> Problem requirements: Once a line is found to contain "IFCRELVOIDSELEMENT", copy it out of the listing.
§ §
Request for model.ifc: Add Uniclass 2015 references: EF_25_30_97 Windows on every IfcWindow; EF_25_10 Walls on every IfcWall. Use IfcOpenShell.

First a look at what the model holds.

```python
import ifcopenshell

model = ifcopenshell.open("model.ifc")
print(model.schema)
print("classifications:", [c.Name for c in model.by_type("IfcClassification")])
for ifc_class in ("IfcDoor", "IfcRoof", "IfcStair", "IfcWall", "IfcWindow"):
    print(ifc_class, len(model.by_type(ifc_class)))
```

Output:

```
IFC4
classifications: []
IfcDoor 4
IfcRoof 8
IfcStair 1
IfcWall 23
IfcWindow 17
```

```python
import ifcopenshell
import ifcopenshell.api.classification

model = ifcopenshell.open("model.ifc")

system = ifcopenshell.api.classification.add_classification(model, classification="Uniclass 2015")

codes = {
    "IfcWindow": ("EF_25_30_97", "Windows"),
    "IfcWall": ("EF_25_10", "Walls"),
}
for ifc_class, (code, name) in codes.items():
    products = model.by_type(ifc_class)
    ifcopenshell.api.classification.add_reference(
        model, products=products, classification=system, identification=code, name=name
    )
    print(code, len(products))

model.write("model_v2.ifc")
```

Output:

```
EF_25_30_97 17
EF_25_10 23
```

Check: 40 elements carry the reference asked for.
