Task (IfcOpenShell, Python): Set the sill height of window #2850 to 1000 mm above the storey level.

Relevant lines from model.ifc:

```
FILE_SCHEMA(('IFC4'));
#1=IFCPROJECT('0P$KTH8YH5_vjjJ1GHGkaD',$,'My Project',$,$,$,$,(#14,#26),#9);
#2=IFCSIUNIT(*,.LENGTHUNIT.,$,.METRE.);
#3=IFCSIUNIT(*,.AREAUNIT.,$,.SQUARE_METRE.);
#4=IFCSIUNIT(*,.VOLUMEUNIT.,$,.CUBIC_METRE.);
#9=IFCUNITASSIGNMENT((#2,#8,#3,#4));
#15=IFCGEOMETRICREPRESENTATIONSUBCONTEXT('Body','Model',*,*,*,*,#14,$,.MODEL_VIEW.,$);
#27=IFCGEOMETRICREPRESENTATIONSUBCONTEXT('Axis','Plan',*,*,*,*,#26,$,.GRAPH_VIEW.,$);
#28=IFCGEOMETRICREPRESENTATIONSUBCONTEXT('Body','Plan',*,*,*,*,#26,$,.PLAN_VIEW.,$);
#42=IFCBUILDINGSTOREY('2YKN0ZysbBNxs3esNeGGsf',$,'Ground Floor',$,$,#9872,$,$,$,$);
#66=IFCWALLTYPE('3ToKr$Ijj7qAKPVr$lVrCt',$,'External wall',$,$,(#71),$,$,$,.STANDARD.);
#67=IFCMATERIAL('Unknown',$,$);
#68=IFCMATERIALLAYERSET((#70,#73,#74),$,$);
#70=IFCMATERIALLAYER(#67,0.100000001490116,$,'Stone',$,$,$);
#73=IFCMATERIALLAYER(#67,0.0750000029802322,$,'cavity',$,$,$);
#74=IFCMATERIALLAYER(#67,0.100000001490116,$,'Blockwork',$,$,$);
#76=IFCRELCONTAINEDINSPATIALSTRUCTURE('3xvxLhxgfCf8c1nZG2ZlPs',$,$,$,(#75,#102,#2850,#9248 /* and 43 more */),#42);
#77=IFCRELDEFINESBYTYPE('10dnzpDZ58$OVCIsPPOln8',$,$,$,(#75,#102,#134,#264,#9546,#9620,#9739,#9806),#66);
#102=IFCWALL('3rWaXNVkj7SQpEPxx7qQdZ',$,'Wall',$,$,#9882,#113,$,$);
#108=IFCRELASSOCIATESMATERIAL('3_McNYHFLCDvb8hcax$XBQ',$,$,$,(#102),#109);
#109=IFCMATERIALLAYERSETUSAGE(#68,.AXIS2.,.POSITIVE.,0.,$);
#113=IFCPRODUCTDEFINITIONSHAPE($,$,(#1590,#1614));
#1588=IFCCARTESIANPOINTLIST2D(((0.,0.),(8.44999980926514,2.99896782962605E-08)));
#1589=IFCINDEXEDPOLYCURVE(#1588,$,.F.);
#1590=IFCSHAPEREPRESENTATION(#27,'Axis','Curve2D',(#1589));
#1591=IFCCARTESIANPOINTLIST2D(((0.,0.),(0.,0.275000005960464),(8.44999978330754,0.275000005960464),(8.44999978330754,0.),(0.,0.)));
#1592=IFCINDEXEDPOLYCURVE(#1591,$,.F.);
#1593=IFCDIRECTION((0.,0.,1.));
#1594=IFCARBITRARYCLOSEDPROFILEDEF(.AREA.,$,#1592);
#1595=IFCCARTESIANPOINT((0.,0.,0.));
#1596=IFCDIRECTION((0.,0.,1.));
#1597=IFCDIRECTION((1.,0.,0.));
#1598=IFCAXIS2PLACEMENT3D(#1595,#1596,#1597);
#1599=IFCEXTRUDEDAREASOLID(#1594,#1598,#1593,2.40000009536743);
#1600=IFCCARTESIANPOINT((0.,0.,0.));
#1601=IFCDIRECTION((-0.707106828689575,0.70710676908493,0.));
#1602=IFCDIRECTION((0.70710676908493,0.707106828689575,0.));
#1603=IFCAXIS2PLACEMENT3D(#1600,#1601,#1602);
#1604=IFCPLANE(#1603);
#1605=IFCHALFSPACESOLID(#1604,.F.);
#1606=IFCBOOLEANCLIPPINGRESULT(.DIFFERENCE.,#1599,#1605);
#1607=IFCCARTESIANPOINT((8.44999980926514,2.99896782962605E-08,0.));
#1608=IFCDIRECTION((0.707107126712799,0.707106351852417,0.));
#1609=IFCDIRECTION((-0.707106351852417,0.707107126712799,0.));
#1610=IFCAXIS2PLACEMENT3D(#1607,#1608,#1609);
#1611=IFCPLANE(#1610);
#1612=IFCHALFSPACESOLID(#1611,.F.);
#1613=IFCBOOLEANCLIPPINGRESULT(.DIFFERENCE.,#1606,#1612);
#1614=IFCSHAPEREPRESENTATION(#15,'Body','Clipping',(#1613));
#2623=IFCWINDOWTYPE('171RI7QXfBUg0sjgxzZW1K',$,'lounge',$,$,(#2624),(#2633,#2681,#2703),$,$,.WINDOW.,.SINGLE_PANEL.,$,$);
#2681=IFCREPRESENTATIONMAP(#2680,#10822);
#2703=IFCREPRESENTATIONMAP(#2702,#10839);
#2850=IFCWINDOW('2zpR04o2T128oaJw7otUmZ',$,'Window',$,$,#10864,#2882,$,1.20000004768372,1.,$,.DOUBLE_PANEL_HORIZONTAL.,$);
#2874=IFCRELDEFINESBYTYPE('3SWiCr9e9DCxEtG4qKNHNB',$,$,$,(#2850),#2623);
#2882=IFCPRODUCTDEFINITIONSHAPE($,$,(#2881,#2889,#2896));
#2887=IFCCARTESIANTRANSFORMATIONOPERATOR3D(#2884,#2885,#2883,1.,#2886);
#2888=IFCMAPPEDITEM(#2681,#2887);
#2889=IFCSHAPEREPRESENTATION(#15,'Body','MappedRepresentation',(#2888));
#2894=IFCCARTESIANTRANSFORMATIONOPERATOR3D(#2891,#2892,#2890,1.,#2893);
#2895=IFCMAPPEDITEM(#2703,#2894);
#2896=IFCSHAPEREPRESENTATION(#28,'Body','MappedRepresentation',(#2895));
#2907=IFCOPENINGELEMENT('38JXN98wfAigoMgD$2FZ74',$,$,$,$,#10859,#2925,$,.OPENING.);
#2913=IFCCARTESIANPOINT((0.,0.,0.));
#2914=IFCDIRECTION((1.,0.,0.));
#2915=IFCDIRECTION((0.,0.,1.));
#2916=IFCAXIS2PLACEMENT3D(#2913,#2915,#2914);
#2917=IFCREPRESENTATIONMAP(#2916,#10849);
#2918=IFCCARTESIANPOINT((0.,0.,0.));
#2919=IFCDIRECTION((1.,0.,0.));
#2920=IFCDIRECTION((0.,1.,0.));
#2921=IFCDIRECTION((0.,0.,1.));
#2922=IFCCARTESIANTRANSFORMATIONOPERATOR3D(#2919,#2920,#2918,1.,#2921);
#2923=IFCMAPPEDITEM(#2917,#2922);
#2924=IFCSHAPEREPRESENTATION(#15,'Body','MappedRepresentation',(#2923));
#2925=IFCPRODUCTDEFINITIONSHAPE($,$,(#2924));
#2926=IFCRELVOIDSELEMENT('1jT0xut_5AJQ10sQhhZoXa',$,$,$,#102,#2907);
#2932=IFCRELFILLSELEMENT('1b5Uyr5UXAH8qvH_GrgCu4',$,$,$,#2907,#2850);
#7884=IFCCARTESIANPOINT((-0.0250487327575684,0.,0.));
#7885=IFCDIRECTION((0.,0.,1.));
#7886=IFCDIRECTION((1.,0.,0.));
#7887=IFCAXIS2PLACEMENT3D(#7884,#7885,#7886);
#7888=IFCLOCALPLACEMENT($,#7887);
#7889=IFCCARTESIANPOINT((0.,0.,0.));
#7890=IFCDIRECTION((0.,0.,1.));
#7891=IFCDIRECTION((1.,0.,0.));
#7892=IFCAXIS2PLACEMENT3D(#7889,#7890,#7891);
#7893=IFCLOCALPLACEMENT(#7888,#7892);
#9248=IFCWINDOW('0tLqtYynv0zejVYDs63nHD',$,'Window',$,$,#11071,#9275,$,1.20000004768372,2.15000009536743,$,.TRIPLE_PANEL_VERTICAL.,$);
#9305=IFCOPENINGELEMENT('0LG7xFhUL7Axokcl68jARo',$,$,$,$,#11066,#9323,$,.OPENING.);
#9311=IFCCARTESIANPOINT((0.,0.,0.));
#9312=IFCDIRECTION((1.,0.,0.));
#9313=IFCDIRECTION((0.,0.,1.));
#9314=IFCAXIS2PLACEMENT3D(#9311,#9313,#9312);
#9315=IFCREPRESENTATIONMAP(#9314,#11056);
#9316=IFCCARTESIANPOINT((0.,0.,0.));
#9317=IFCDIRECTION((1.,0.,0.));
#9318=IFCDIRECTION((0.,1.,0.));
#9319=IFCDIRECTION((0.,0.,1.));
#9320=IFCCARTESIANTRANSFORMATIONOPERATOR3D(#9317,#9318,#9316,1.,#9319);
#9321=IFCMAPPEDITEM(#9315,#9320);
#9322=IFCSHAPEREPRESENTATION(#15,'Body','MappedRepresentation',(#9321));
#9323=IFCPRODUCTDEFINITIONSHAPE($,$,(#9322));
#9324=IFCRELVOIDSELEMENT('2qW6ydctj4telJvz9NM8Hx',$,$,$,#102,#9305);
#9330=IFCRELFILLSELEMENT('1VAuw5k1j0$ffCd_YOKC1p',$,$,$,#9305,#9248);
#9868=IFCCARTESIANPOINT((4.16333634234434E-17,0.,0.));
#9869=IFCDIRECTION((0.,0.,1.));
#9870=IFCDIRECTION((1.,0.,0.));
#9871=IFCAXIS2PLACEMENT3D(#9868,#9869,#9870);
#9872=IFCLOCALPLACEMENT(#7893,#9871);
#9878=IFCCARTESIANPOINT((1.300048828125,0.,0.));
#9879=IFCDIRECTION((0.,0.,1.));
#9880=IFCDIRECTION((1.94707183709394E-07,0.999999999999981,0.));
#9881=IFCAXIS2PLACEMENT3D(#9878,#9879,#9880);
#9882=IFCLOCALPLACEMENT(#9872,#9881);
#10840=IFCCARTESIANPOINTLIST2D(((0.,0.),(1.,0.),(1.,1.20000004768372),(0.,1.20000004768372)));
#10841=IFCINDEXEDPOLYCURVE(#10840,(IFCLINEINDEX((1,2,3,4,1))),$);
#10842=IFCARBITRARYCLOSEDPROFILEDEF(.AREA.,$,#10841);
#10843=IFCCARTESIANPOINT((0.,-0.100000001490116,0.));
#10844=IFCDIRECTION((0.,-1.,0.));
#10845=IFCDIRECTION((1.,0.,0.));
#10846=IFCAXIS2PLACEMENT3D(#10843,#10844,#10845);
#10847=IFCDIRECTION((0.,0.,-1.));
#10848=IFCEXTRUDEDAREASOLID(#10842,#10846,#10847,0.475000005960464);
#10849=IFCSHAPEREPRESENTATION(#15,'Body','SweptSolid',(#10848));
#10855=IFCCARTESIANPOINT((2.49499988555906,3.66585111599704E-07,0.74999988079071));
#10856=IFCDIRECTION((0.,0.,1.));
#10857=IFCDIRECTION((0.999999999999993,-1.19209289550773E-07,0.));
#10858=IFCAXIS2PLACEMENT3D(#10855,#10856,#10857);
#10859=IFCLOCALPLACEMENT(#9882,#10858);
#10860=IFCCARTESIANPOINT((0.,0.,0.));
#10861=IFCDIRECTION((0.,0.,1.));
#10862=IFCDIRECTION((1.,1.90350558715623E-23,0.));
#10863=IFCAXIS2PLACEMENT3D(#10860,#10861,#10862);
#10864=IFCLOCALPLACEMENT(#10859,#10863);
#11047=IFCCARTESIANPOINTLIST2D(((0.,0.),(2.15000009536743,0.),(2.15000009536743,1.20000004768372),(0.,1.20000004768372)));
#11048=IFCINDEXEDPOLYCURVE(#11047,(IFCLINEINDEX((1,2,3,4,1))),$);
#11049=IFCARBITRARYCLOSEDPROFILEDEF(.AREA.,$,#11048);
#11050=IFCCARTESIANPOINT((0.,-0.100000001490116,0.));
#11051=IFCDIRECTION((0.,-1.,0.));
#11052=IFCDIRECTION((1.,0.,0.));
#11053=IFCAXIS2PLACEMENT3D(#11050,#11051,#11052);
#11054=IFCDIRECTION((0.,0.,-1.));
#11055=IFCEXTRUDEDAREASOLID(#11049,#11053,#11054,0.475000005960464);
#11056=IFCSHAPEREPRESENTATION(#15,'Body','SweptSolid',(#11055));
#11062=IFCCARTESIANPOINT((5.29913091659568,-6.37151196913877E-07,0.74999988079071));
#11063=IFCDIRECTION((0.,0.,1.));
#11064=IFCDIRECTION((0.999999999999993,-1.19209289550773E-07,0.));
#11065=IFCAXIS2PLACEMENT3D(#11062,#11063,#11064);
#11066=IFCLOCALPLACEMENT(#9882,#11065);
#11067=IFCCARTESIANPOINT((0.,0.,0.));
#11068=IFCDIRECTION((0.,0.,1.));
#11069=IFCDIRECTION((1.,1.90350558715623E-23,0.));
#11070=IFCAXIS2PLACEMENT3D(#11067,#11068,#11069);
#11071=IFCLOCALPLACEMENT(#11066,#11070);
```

```python
import numpy as np
import ifcopenshell
import ifcopenshell.api.geometry
import ifcopenshell.geom
import ifcopenshell.util.element
import ifcopenshell.util.placement
import ifcopenshell.util.shape
import ifcopenshell.util.unit

model = ifcopenshell.open("model.ifc")
unit_scale = ifcopenshell.util.unit.calculate_unit_scale(model)

window = model.by_guid("2zpR04o2T128oaJw7otUmZ")
opening = window.FillsVoids[0].RelatingOpeningElement
storey = ifcopenshell.util.element.get_container(window, ifc_class="IfcBuildingStorey")
level = ifcopenshell.util.placement.get_local_placement(storey.ObjectPlacement)[2, 3]

# The opening's origin need not be at the sill, so measure its lowest point.
shape = ifcopenshell.geom.create_shape(ifcopenshell.geom.settings(), opening)
bottom = ifcopenshell.util.shape.get_shape_bottom_elevation(shape, shape.geometry) / unit_scale
dz = level + 1 / unit_scale - bottom

shift = np.array([0.0, 0.0, dz])
# The window is placed relative to its opening, so it follows when the opening moves.
matrix = ifcopenshell.util.placement.get_local_placement(opening.ObjectPlacement)
matrix[:3, 3] += shift
ifcopenshell.api.geometry.edit_object_placement(
    model, product=opening, matrix=matrix, is_si=False, should_transform_children=True
)

print(f"moved by {dz * unit_scale:+.3f} m")

model.write("model_edited.ifc")
```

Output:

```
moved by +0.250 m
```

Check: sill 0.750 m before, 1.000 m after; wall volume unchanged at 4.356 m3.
§ §
> Your response:
#2926=IFCRELVOIDSELEMENT('1jT0xut_5AJQ10sQhhZoXa',$,$,$,#102,#2907);
#9324=IFCRELVOIDSELEMENT('2qW6ydctj4telJvz9NM8Hx',$,$,$,#102,#9305);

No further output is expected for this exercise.